If i run the culprit test in a .sage file, i only have to remove the first two files.

comment:5 Changed 4 years ago by tmonteil

Volker, on which kind of machine was the error found ? Was it within a VM ?

comment:6 Changed 4 years ago by vbraun

Its obviously the test before

        sage: _ = s.expect('100', timeout=90)                                                                                                           

triggering at the ...egg/prompt_toolkit/terminal/vt100 instead of the output of print(3+97)

comment:7 Changed 4 years ago by vbraun

Can you reproduce it with SAGE_PEXPECT_LOG=yes (log will be in ~/.sage/pexpect_logs)

comment:8 Changed 4 years ago by tmonteil

Nothing appears in the ~/.sage/pexpect_logs directory (even after starting with a fresh .sage directory).

comment:9 follow-up: Changed 4 years ago by tmonteil

If i replace 3+97 with 3+98 and s.expect('100', timeout=90) with s.expect('101', timeout=90), i got a pexpect.exceptions.TIMEOUT: Timeout exceeded.. But i guess that 90s is more than enough.

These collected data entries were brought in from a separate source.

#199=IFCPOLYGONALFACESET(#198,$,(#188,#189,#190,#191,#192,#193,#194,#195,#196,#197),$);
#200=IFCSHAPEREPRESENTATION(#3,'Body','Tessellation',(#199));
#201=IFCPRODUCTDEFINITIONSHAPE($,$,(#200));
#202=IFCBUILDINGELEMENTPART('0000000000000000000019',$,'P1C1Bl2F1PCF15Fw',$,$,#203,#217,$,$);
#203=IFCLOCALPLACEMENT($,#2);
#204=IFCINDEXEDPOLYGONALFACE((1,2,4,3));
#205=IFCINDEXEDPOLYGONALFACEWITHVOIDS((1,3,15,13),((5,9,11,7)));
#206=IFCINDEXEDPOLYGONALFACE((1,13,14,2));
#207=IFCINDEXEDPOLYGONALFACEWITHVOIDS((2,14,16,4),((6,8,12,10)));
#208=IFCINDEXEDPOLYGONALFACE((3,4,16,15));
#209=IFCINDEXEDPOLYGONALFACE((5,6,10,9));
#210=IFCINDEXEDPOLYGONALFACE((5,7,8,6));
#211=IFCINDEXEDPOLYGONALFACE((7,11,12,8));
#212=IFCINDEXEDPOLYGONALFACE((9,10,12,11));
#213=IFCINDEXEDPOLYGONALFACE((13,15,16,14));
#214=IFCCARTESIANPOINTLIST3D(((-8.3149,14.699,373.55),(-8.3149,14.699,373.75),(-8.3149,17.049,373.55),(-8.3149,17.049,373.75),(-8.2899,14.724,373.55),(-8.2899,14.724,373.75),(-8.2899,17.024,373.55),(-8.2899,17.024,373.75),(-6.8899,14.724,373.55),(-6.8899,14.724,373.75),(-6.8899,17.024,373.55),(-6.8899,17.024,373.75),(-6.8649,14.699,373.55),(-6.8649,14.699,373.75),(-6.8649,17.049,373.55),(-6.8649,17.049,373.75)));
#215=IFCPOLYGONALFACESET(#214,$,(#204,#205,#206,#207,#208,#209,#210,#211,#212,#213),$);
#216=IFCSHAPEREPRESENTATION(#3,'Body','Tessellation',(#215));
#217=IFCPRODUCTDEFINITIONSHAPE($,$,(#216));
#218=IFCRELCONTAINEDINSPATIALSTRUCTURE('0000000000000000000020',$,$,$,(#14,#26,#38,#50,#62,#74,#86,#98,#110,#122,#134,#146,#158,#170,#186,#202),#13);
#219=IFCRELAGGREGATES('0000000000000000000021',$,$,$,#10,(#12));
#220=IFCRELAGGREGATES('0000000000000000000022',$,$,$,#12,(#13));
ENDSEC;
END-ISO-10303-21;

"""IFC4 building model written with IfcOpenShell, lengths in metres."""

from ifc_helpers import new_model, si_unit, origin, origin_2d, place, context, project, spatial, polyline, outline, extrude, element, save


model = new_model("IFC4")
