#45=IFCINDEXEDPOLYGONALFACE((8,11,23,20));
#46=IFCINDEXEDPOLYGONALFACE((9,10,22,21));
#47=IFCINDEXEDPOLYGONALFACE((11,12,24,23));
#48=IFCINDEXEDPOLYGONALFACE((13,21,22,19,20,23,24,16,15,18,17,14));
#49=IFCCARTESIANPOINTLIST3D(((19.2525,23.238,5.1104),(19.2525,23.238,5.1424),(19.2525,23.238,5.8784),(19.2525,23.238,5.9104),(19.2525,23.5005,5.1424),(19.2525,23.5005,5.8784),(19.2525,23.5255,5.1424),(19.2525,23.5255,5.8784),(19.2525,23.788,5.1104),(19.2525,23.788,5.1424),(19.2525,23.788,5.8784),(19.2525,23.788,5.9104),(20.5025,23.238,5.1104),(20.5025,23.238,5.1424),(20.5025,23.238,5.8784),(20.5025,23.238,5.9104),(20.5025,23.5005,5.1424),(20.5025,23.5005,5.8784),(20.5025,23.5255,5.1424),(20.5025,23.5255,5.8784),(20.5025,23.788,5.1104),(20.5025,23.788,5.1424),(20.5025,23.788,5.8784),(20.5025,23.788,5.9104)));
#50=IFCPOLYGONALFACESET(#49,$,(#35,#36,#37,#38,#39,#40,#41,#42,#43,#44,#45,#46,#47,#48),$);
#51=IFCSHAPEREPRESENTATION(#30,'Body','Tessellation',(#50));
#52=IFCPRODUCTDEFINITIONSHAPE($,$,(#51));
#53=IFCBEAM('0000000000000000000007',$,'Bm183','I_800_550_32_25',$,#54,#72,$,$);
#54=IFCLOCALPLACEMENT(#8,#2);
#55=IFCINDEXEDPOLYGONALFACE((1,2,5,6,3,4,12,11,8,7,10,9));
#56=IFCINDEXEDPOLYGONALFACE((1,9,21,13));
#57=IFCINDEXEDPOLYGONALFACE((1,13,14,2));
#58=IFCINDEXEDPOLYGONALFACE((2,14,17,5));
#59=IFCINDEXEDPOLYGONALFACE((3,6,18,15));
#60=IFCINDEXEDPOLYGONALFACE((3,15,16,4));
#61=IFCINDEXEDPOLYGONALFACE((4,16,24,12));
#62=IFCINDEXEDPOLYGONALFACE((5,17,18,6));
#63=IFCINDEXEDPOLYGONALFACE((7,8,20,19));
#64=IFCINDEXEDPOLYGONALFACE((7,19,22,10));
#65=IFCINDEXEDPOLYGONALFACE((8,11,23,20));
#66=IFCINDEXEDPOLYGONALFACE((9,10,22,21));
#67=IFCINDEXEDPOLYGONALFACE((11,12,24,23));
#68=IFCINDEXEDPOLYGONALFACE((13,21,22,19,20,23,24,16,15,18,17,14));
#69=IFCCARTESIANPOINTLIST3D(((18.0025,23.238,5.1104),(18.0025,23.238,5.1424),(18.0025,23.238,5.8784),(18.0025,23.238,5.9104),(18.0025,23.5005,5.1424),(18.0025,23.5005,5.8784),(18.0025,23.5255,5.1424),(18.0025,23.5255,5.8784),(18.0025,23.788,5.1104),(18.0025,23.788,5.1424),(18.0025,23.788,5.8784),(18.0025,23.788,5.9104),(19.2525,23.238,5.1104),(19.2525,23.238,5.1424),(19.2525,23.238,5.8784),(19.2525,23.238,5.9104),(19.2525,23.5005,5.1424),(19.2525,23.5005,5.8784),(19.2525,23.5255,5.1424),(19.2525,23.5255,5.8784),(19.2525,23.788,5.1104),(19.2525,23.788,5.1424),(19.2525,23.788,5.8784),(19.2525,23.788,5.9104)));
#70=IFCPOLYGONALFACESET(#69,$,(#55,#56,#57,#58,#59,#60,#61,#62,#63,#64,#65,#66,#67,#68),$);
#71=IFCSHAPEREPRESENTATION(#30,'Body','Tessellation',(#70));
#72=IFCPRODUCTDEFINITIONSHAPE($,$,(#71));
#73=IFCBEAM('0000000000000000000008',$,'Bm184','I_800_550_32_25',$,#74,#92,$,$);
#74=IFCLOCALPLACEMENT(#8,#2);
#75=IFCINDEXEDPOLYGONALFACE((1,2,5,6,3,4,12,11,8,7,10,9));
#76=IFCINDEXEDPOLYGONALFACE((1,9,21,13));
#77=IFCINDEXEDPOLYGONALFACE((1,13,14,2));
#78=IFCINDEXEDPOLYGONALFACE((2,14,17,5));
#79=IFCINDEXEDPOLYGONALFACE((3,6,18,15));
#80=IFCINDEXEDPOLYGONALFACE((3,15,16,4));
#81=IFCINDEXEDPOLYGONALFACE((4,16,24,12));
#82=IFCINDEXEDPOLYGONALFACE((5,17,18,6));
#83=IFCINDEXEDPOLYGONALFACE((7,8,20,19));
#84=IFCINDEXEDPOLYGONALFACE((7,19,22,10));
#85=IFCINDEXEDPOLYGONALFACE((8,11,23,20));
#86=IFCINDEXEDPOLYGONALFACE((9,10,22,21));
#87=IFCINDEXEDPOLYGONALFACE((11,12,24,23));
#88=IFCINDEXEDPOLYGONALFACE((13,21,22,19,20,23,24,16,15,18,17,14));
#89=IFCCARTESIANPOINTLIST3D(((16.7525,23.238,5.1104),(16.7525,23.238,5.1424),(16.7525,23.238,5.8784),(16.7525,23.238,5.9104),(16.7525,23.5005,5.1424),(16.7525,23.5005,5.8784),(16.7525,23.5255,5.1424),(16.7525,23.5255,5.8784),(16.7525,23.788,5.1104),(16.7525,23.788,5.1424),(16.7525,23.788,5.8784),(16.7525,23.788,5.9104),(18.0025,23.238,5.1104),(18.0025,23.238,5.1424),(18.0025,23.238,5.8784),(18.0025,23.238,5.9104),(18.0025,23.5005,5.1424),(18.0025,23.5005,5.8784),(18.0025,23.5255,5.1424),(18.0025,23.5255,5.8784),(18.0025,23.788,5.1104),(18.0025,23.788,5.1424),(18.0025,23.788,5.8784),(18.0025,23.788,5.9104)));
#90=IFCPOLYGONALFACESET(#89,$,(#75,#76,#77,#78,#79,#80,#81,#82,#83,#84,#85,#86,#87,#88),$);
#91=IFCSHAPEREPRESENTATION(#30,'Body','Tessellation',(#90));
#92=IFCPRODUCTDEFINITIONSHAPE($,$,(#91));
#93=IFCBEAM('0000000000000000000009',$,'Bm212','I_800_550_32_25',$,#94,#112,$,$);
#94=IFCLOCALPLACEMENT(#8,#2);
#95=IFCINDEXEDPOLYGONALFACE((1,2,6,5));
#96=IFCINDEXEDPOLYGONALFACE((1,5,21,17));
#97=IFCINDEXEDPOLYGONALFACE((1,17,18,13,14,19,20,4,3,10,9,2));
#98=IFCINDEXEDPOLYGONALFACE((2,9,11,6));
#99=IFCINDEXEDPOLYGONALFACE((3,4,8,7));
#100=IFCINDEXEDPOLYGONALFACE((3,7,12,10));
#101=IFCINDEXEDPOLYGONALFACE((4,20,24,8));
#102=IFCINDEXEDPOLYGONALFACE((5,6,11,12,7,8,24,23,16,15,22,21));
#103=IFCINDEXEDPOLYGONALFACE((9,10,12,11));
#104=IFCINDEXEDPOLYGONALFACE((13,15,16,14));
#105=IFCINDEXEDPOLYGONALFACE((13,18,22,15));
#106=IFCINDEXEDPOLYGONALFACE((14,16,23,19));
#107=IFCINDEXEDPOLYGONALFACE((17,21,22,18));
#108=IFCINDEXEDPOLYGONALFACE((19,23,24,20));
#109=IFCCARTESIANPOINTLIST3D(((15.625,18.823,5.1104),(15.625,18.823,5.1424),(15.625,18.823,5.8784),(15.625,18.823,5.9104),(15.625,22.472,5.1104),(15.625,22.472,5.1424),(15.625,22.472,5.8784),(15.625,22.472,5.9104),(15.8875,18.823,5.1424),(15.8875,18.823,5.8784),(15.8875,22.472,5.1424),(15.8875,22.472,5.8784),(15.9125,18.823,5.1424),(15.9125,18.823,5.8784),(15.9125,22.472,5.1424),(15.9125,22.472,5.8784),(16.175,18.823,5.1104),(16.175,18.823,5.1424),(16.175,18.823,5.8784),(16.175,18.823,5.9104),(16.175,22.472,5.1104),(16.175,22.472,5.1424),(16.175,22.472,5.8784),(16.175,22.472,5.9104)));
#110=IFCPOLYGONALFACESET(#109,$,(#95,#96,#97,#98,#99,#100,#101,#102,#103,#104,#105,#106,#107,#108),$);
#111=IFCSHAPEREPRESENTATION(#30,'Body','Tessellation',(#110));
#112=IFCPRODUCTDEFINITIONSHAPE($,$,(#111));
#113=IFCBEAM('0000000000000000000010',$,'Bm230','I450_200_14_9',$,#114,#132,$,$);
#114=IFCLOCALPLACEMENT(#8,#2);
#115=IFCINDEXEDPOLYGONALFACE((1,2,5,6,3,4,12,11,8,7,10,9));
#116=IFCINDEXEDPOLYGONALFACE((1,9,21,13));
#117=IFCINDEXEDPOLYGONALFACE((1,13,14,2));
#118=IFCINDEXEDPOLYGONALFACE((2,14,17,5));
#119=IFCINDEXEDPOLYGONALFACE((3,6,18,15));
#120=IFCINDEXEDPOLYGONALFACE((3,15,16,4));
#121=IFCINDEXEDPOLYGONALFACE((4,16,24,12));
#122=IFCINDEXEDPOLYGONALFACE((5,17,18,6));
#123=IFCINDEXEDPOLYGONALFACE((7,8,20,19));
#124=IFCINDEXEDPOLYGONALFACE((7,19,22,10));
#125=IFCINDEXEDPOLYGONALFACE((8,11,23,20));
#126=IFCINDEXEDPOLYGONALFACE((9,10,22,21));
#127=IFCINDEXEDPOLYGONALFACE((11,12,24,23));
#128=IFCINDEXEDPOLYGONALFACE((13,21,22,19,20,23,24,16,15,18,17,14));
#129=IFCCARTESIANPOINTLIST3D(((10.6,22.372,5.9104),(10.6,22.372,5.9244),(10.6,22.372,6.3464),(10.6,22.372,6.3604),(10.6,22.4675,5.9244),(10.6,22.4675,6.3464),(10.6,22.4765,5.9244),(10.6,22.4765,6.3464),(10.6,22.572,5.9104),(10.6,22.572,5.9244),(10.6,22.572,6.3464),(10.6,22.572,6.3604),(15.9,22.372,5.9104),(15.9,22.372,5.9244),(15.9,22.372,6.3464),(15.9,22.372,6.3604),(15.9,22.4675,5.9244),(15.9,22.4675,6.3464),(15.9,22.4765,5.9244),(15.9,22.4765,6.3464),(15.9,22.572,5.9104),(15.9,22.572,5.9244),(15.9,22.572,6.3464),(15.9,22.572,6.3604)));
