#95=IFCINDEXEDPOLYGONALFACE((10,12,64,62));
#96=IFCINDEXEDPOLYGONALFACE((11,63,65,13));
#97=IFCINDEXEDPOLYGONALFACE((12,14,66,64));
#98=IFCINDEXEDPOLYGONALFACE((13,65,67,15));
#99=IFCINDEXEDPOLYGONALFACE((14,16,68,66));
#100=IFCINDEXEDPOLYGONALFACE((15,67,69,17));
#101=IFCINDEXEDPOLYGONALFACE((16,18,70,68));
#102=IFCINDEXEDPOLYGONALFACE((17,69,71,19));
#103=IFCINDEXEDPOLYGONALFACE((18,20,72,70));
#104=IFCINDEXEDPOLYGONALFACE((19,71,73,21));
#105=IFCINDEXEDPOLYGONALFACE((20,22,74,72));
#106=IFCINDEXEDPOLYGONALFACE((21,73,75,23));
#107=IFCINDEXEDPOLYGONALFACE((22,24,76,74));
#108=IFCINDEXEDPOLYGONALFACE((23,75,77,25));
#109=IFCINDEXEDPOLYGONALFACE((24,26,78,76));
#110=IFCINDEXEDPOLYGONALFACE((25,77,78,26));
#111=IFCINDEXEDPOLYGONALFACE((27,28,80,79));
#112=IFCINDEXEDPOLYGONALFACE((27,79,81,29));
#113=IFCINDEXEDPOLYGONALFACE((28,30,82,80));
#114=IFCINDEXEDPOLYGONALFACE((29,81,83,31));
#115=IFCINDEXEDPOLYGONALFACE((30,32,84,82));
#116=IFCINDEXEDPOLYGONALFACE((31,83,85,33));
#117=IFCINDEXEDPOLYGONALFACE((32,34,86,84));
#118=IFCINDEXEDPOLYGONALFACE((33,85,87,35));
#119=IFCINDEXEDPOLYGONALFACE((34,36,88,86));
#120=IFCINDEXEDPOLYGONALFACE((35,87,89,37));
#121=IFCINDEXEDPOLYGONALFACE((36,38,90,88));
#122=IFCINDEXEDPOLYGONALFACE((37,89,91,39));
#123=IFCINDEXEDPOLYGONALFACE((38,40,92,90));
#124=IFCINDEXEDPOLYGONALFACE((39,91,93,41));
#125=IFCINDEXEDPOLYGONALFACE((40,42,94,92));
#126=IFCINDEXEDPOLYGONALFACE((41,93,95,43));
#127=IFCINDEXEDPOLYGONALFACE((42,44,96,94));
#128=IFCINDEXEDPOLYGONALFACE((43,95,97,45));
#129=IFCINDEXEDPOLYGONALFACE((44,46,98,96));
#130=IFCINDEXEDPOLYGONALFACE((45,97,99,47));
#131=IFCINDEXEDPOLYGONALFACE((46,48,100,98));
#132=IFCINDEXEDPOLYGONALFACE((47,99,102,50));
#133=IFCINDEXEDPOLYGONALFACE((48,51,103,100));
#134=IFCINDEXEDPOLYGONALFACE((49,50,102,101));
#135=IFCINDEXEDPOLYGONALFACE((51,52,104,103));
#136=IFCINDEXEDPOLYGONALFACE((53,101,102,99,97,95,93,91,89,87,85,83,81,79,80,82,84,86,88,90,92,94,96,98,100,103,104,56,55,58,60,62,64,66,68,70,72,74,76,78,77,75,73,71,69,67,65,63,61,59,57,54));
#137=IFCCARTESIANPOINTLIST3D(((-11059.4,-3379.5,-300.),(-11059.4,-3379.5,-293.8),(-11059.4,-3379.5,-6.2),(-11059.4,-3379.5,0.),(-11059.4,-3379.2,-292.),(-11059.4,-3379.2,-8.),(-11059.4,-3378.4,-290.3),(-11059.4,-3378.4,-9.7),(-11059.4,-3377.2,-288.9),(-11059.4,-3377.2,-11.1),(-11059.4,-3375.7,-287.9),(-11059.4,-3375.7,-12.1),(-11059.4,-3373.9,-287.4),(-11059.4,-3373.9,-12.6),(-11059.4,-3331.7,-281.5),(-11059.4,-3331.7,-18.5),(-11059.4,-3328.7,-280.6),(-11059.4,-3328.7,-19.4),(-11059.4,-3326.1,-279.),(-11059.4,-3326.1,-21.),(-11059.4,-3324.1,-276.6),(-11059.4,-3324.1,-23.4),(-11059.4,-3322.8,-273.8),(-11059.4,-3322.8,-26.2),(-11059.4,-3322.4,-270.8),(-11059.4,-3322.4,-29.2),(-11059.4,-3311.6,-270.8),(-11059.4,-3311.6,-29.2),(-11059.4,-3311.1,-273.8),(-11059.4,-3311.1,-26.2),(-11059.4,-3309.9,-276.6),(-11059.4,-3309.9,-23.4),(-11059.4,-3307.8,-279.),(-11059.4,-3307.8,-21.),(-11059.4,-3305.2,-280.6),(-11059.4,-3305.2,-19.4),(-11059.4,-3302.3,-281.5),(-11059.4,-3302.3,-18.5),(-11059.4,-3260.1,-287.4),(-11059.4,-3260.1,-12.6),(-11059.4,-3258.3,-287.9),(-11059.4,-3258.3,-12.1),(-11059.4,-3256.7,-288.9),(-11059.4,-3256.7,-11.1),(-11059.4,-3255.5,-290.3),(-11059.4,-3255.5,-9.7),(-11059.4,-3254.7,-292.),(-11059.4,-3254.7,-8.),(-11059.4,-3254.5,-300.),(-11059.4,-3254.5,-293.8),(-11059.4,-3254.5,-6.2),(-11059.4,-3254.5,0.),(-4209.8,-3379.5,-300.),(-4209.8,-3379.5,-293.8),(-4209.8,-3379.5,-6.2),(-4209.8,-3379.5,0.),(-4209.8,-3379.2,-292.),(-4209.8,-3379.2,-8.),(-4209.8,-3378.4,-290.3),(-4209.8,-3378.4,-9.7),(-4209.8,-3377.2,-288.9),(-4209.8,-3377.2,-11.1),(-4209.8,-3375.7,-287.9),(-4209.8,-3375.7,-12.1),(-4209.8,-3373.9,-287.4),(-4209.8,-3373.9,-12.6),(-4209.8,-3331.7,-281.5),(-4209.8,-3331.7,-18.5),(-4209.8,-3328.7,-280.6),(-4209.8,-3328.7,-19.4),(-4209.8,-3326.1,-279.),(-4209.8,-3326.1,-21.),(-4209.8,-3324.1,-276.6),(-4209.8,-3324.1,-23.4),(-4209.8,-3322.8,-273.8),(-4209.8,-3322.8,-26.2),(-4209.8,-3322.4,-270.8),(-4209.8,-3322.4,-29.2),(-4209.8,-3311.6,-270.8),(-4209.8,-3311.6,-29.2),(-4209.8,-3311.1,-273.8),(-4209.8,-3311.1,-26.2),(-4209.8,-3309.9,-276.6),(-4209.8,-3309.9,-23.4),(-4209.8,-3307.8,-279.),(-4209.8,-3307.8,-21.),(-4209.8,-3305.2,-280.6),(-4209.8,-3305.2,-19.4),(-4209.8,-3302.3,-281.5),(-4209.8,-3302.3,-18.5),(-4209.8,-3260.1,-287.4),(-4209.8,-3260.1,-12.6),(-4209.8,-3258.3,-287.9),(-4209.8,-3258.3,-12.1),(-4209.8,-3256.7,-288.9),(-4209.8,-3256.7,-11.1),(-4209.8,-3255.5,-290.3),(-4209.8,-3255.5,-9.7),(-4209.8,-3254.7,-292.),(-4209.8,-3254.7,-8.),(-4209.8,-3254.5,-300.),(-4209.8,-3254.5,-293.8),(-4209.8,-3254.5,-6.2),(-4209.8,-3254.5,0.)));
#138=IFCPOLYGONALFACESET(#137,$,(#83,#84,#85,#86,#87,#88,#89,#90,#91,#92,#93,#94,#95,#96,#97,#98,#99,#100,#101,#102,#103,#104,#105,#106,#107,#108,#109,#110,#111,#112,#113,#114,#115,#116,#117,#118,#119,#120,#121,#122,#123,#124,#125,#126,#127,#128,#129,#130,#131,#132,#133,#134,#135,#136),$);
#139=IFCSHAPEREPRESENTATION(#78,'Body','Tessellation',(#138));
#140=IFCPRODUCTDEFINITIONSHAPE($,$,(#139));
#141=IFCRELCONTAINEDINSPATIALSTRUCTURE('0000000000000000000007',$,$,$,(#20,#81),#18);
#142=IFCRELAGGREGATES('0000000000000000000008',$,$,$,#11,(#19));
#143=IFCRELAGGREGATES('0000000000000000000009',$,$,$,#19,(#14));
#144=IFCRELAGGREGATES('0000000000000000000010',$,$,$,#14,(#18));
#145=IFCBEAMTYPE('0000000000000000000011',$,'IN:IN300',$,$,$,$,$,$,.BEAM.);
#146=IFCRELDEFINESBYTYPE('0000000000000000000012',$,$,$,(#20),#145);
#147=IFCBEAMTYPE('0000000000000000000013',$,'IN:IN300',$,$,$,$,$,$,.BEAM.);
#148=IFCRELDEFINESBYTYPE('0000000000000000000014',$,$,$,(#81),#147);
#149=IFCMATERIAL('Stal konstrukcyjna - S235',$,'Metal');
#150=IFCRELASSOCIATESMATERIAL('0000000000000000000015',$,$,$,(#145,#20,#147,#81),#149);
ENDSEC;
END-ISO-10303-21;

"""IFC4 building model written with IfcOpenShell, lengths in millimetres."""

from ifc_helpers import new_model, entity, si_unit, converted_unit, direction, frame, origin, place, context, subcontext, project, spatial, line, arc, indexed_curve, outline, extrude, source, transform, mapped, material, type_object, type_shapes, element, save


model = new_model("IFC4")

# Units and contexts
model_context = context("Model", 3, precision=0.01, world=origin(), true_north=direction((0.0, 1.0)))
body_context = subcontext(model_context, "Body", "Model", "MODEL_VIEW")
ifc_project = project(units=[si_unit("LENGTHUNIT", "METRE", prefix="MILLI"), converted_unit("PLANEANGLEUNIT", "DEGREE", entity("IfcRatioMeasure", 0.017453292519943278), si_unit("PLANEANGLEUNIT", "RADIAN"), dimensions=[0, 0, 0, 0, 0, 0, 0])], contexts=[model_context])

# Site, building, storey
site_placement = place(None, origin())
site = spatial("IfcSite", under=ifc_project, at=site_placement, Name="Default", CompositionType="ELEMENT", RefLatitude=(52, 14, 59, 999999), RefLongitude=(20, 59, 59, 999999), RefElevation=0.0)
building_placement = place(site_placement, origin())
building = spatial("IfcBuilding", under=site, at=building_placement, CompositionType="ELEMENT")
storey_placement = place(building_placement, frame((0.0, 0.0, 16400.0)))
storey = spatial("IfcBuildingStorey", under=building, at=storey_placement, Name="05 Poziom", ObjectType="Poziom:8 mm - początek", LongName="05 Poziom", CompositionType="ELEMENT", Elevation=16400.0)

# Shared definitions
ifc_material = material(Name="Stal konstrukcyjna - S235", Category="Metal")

If it replace the last expect command with a sleep(10), and if i print the whole s, i got:

<pexpect.pty_spawn.spawn object at 0x8c45258c>
command: /opt/patchbot/sage-7.3/src/bin/sage
args: ['/opt/patchbot/sage-7.3/src/bin/sage']
buffer (last 100 chars): ' '
before (last 100 chars): '/build/bdist.linux-i686/egg/prompt_toolkit/terminal/vt100_input.py(266)_input_parser_generator()\r\n\r\n'
after: 'ipdb>'
match: <_sre.SRE_Match object at 0x8c4ca950>
match_index: 0
exitstatus: None
flag_eof: False
pid: 21633
child_fd: 5
closed: False
timeout: 30
delimiter: <class 'pexpect.exceptions.EOF'>
logfile: None
logfile_read: None
logfile_send: None
maxread: 2000
ignorecase: False
searchwindowsize: None
delaybeforesend: 0.05
delayafterclose: 0.1
delayafterterminate: 0.1

In the "normal" situation (i.e. after removing the .pyc files, and with the last expect command), the whole s is

<pexpect.pty_spawn.spawn object at 0x8c40268c>
command: /opt/patchbot/sage-7.3/src/bin/sage
args: ['/opt/patchbot/sage-7.3/src/bin/sage']
buffer (last 100 chars): '\r\n'
before (last 100 chars): ' """\r\n   2321     Returns the factorization of ``n``.  The result depends on the\r\n\r\nipdb> c\r\n2 * 5\r\n'
after: '101'
match: <_sre.SRE_Match object at 0x8c47a988>
match_index: 0
exitstatus: None
flag_eof: False
pid: 21962
child_fd: 5
closed: False
timeout: 30
delimiter: <class 'pexpect.exceptions.EOF'>
logfile: None
logfile_read: None
logfile_send: None
maxread: 2000
ignorecase: False
searchwindowsize: None
delaybeforesend: 0.05
delayafterclose: 0.1
delayafterterminate: 0.1

comment:10 follow-ups: Changed 4 years ago by vbraun

  • Cc jdemeyer added

In both cases there is trash in s.before that seems to come from a different process, the vt100 thing is just a symptom. E.g. the "Returns the factorization of n" part is from src/sage/arith/misc.py and not src/sage/misc/trace.py. The failing doctest is literally the first one in src/sage/misc/trace.py.

Its as if pexpect does not flush stdout before forking, or something with STDOUT gets messed up. Jeroen, since you are the pexpect expert, any idea?

comment:11 in reply to: ↑ 9 Changed 4 years ago by tmonteil

Note that in the logs of comment 9, i ran only the culprit doctest in a separate ./sage script.sage, where script.sage is:

import pexpect
s = pexpect.spawn('sage')
_ = s.sendline("trace('print(factor(10))'); print(3+98)")
_ = s.expect('ipdb>', timeout=90)
_ = s.sendline("s"); _ = s.sendline("c")
_ = s.expect('101', timeout=90)
# print(s.before[s.before.find('--'):])
print(s)

comment:12 Changed 4 years ago by slelievre

  • Cc slelievre added
  • Description modified (diff)

Expand ticket description with link to sage-release discussion.

comment:13 Changed 4 years ago by strogdon

Here the trace.py doctest passes if I make the change

@@ -53,7 +53,7 @@ def trace(code, preparse=True):
 
         sage: import pexpect
         sage: s = pexpect.spawn('sage')
-        sage: _ = s.sendline("trace('print(factor(10))'); print(3+97)")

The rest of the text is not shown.